(AP) NEW ORLEANS The engineers who designed the floodwalls that collapsed during Hurricane Katrina did not fully consider the porousness of the Louisiana soil or make other calculations that would have pointed to the need for stronger levees with deeper pilings and wider bases, researchers say.
At least one key scenario was ignored in the design, say the researchers, who are scheduled to report their findings at a congressional hearing Wednesday: the possibility that canal water might seep into the dirt on the dry side of the levees, thereby weakening the embankment holding up the floodwalls.
"I'd call it a design omission," said Robert Bea, a University of California at Berkeley civil engineering professor who took part in the study for the National Science Foundation.

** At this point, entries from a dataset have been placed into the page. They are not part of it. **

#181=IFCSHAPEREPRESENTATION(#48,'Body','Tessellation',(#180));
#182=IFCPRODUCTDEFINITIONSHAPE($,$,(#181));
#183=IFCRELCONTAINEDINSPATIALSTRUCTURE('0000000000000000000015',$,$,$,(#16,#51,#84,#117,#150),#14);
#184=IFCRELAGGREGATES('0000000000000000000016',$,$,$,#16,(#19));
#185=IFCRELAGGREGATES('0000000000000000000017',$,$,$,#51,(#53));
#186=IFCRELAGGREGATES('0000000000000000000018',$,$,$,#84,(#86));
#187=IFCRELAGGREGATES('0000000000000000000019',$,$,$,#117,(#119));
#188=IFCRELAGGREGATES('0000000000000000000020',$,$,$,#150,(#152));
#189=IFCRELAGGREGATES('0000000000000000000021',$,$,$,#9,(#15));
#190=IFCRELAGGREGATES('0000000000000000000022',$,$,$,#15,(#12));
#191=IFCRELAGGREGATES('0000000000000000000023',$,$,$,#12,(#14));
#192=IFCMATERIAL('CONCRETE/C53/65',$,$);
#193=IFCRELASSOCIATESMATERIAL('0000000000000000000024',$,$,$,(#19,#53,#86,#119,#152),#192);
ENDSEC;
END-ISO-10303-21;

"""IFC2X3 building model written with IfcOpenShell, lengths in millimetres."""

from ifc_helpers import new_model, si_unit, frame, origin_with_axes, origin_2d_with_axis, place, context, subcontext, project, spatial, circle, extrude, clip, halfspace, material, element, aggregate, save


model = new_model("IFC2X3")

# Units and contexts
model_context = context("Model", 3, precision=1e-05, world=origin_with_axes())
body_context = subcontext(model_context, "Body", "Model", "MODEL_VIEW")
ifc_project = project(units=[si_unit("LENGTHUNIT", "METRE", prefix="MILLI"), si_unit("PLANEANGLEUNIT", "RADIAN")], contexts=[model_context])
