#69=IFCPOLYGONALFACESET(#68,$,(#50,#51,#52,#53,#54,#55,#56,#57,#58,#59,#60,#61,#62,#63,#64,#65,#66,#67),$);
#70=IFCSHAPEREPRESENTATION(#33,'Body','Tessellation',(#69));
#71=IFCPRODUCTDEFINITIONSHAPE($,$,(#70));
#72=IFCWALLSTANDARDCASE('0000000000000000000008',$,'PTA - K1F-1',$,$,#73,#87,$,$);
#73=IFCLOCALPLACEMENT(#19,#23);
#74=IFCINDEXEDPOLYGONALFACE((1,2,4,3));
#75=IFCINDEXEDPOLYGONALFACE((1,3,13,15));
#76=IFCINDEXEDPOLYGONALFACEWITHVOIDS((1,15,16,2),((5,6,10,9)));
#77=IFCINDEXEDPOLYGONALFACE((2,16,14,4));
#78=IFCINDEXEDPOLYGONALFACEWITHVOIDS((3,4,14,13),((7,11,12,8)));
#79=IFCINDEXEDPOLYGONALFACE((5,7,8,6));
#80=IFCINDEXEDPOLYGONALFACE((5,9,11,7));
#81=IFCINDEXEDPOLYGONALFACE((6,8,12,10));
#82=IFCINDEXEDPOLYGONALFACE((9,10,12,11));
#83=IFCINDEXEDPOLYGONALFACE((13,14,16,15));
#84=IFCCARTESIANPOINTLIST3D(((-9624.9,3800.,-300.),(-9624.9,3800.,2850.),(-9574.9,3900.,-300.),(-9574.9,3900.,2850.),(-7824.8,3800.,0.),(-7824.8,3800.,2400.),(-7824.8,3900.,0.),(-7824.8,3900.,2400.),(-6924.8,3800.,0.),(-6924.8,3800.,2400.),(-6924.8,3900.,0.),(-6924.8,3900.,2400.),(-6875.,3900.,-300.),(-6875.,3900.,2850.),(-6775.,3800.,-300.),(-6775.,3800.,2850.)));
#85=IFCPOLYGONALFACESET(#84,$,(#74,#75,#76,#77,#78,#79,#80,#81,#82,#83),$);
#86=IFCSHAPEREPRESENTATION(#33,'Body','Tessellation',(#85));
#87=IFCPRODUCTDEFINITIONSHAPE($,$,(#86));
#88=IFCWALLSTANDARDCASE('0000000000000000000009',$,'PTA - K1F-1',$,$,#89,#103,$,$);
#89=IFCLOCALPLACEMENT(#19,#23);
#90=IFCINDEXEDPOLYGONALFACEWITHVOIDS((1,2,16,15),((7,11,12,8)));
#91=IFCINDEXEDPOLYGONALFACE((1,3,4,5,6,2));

The research team found other problems in the city's flood-control system, including evidence of poor maintenance and confusion over jurisdiction.
Bea also questioned the margin for error engineers used in their designs, saying the standards — which call for structures to be 30 percent stronger than the force they are meant to stop — date to the first half of the 1900s, when most levees were built to protect farmland, not major cities.
"The center of New Orleans is certainly not protection of farmland, so the factor of safety was incredibly low," Bea said. "We're talking about thousands of families without homes and shutting down a commercial infrastructure that's pretty darn important to the United States."
Folks, we have to understand that the purpose of levees is to protect river navigation and industry. The system isn't (nor has it ever been) concerned with the protection of homes and citizens lives in times of flood. If those were protected, it was accidental instead of intentional.